DESCRIPTION OF THE TASK: In the listing below, write out exactly each line from the first through the one containing "#95=IFCSHAPEREPRESENTATION(#4,'Body','Tessellation',(#94));".

RECORDED DATA:

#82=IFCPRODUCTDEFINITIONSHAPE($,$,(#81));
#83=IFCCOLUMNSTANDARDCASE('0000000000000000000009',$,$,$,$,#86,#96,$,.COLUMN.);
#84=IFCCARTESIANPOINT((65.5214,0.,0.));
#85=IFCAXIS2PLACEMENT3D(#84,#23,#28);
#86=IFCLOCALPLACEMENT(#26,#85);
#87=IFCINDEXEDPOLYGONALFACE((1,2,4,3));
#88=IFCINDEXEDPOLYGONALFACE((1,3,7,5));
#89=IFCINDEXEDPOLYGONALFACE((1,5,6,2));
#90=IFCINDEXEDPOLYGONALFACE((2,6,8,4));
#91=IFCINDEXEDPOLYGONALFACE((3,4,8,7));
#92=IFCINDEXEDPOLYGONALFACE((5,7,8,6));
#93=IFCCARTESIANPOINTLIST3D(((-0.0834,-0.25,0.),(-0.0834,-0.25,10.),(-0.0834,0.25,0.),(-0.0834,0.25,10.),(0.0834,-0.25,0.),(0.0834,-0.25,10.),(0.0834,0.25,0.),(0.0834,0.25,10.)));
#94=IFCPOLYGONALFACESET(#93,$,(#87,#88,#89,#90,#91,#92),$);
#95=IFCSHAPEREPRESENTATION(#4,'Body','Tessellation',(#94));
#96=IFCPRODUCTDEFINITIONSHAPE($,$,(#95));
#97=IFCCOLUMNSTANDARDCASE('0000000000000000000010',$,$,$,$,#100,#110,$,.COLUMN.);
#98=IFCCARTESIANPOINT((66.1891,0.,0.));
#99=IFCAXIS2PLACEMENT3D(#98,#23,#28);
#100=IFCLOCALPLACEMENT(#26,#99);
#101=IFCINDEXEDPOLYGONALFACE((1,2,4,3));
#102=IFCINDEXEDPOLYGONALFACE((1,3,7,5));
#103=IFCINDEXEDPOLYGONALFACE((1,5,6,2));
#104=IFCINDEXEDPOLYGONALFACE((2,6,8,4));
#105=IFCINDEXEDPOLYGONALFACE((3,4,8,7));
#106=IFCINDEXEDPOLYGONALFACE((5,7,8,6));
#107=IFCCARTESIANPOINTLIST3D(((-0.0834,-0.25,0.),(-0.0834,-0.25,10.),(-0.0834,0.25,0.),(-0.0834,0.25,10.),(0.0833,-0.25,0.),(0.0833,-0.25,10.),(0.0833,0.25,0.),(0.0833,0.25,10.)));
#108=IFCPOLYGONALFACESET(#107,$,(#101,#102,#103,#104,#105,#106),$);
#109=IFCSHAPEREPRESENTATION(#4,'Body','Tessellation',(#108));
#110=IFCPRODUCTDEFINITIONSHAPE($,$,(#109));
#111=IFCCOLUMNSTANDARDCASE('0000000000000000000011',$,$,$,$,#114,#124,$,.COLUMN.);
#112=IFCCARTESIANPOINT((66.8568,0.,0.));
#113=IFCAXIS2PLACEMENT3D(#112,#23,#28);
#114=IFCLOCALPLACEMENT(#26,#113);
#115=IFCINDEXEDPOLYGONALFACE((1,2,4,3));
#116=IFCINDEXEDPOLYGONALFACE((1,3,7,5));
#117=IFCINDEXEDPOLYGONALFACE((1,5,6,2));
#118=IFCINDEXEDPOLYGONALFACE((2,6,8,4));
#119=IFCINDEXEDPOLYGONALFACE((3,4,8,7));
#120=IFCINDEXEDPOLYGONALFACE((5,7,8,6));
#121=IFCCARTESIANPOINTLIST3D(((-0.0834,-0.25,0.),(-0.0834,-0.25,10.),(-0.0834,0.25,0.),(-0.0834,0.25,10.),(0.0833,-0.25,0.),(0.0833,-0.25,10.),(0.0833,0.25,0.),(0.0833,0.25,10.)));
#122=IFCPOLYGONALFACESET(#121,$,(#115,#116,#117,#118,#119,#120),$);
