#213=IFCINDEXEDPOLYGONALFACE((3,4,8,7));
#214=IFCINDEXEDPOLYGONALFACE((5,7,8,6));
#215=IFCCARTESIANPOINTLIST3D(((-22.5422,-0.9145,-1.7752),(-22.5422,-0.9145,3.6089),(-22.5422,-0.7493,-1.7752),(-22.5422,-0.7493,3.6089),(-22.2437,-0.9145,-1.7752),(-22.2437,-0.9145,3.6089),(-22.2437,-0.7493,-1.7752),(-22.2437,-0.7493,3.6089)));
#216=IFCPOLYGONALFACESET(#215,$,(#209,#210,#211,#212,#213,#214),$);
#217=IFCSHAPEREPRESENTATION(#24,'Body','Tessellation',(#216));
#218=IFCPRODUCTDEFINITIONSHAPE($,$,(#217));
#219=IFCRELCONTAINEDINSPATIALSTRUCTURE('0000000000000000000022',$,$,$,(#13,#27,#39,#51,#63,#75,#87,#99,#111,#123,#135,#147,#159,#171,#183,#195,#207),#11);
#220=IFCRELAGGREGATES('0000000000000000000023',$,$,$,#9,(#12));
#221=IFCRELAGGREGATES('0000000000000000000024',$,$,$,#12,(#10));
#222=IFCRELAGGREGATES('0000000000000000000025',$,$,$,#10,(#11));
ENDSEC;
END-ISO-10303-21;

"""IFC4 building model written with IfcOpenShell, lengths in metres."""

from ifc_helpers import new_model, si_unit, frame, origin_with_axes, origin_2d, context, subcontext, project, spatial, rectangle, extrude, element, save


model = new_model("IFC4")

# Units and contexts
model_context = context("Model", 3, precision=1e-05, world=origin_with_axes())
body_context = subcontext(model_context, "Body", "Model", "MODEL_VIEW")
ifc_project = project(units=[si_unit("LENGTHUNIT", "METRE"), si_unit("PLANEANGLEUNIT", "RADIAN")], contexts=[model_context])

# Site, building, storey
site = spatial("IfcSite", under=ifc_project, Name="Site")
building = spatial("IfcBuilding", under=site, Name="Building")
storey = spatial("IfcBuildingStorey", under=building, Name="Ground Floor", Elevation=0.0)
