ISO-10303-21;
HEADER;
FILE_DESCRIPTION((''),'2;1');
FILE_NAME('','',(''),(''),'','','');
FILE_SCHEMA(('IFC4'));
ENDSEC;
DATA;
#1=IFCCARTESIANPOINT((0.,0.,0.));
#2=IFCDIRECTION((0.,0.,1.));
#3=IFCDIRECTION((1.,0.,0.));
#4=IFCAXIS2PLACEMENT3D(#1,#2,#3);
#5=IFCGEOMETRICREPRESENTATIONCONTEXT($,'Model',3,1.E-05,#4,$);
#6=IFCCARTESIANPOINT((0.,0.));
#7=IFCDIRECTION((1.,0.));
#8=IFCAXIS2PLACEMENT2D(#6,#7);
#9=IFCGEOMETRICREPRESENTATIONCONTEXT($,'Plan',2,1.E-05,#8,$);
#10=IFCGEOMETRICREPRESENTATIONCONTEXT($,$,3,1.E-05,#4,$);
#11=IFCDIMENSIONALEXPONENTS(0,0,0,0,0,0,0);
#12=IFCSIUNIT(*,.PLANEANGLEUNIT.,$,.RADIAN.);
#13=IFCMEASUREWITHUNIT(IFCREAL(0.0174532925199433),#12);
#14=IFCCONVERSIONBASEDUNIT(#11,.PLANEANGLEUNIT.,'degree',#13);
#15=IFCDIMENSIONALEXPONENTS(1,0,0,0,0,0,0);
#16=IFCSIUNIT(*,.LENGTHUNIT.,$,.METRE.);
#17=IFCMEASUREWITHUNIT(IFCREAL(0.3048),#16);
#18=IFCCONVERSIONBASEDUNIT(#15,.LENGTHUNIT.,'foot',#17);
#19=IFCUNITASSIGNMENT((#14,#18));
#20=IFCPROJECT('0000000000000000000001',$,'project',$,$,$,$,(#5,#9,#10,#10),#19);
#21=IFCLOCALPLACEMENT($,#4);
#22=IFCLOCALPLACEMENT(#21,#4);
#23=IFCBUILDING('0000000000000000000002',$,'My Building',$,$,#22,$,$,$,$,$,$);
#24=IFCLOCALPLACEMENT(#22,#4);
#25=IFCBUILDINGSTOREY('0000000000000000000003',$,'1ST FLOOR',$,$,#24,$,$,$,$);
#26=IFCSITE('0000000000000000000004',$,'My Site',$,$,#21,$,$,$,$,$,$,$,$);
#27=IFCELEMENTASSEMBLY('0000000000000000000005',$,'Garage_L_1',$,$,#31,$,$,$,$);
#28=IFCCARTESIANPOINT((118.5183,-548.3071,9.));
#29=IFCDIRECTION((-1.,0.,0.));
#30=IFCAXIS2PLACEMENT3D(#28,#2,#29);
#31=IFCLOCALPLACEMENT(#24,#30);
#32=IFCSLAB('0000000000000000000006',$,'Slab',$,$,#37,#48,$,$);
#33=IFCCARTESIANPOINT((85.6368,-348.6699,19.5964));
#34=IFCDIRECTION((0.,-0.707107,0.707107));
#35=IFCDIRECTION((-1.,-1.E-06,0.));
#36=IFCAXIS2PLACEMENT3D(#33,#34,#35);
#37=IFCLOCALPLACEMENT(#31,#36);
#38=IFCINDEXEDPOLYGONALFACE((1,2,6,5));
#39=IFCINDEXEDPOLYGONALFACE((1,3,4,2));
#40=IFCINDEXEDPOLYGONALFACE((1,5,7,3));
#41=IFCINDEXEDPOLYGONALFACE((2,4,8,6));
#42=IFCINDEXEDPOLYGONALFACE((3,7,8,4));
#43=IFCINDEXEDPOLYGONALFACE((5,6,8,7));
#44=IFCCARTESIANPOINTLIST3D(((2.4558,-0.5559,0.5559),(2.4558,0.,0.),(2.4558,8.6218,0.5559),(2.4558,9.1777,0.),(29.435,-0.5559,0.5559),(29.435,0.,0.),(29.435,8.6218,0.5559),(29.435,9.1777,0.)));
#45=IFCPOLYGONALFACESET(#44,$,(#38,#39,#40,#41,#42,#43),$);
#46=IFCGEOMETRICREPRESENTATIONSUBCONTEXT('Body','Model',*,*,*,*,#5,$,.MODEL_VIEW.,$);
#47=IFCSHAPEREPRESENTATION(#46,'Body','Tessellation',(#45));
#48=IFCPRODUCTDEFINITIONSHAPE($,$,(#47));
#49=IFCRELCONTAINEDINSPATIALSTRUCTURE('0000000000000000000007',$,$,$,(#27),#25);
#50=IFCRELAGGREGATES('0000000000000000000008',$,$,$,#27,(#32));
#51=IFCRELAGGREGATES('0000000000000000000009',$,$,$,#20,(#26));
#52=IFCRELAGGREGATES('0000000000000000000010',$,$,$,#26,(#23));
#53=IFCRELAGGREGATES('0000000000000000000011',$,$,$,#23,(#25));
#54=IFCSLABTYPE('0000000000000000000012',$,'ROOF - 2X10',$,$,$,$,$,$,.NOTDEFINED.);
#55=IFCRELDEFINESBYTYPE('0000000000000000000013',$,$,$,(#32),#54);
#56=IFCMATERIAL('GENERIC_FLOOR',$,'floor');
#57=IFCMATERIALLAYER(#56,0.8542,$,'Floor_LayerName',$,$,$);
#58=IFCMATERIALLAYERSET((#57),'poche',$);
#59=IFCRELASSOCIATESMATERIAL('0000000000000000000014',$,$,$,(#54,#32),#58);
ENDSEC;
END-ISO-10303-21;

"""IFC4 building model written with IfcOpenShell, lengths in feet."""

from ifc_helpers import new_model, entity, si_unit, converted_unit, frame, origin_with_axes, origin_2d_with_axis, place, context, subcontext, project, spatial, line, indexed_curve, outline, extrude, material, layer, layer_set, layer_usage, type_object, element, aggregate, save


model = new_model("IFC4")

# Units and contexts
model_context = context("Model", 3, precision=1e-05, world=origin_with_axes())
plan_context = context("Plan", 2, precision=1e-05, world=origin_2d_with_axis())
context_of_model = context(None, 3, precision=1e-05, world=origin_with_axes())
body_context = subcontext(model_context, "Body", "Model", "MODEL_VIEW")
ifc_project = project(units=[converted_unit("PLANEANGLEUNIT", "degree", entity("IfcReal", 0.0174532925199433), si_unit("PLANEANGLEUNIT", "RADIAN"), dimensions=[0, 0, 0, 0, 0, 0, 0]), converted_unit("LENGTHUNIT", "foot", entity("IfcReal", 0.3048), si_unit("LENGTHUNIT", "METRE"), dimensions=[1, 0, 0, 0, 0, 0, 0])], contexts=[model_context, plan_context, context_of_model, context_of_model])

# Site, building, storey
site_placement = place(None, origin_with_axes())
site = spatial("IfcSite", under=ifc_project, at=site_placement, Name="My Site")
building_placement = place(site_placement, origin_with_axes())
building = spatial("IfcBuilding", under=site, at=building_placement, Name="My Building")
storey_placement = place(building_placement, origin_with_axes())
storey = spatial("IfcBuildingStorey", under=building, at=storey_placement, Name="1ST FLOOR")

# Element assembly, slab
assembly_1_placement = place(storey_placement, frame((118.5183, -548.3071, 9.0), z_axis=(0.0, 0.0, 1.0), x_axis=(-1.0, 0.0, 0.0)))
assembly_1 = element("IfcElementAssembly", 1, at=assembly_1_placement, inside=storey, Name="Garage_L_1")
ifc_material_1 = material(Name="GENERIC_FLOOR", Category="floor")
ifc_layer_1 = layer(ifc_material_1, 0.8542, Name="Floor_LayerName")
ifc_layer_set_1 = layer_set([ifc_layer_1], Name="poche")
ifc_layer_usage_1 = layer_usage(ifc_layer_set_1, "AXIS3", "POSITIVE", 0.0)
slab_type_1 = type_object("IfcSlabType", Name="ROOF - 2X10", PredefinedType="NOTDEFINED", material=ifc_layer_set_1)
slab_1_placement = place(assembly_1_placement, frame((85.6368, -348.6699, 19.5964), z_axis=(0.0, -0.707107, 0.707107), x_axis=(-1.0, -0.000001, 0.0)))
slab_1 = element("IfcSlab", 2, at=slab_1_placement, type_object=slab_type_1, material=ifc_layer_usage_1, Name="Slab", context=body_context, shape_type="SweptSolid", body=[
    extrude(outline(indexed_curve([(2.4558, 0.0), (2.4558, 9.1777), (29.435, 9.1777), (29.435, 0.0)], segments=[line(4, 1), line(1, 2), line(2, 3), line(3, 4)], self_intersect=False)), None, (0.0, -0.707107, 0.707107), 0.7861),
])

aggregate(assembly_1, [slab_1])

save(model, "model.ifc")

WRITTEN ANSWER:
#82=IFCPRODUCTDEFINITIONSHAPE($,$,(#81));
#83=IFCCOLUMNSTANDARDCASE('0000000000000000000009',$,$,$,$,#86,#96,$,.COLUMN.);
#84=IFCCARTESIANPOINT((65.5214,0.,0.));
#85=IFCAXIS2PLACEMENT3D(#84,#23,#28);
#86=IFCLOCALPLACEMENT(#26,#85);
#87=IFCINDEXEDPOLYGONALFACE((1,2,4,3));
#88=IFCINDEXEDPOLYGONALFACE((1,3,7,5));
#89=IFCINDEXEDPOLYGONALFACE((1,5,6,2));
#90=IFCINDEXEDPOLYGONALFACE((2,6,8,4));
#91=IFCINDEXEDPOLYGONALFACE((3,4,8,7));
#92=IFCINDEXEDPOLYGONALFACE((5,7,8,6));
#93=IFCCARTESIANPOINTLIST3D(((-0.0834,-0.25,0.),(-0.0834,-0.25,10.),(-0.0834,0.25,0.),(-0.0834,0.25,10.),(0.0834,-0.25,0.),(0.0834,-0.25,10.),(0.0834,0.25,0.),(0.0834,0.25,10.)));
#94=IFCPOLYGONALFACESET(#93,$,(#87,#88,#89,#90,#91,#92),$);
#95=IFCSHAPEREPRESENTATION(#4,'Body','Tessellation',(#94));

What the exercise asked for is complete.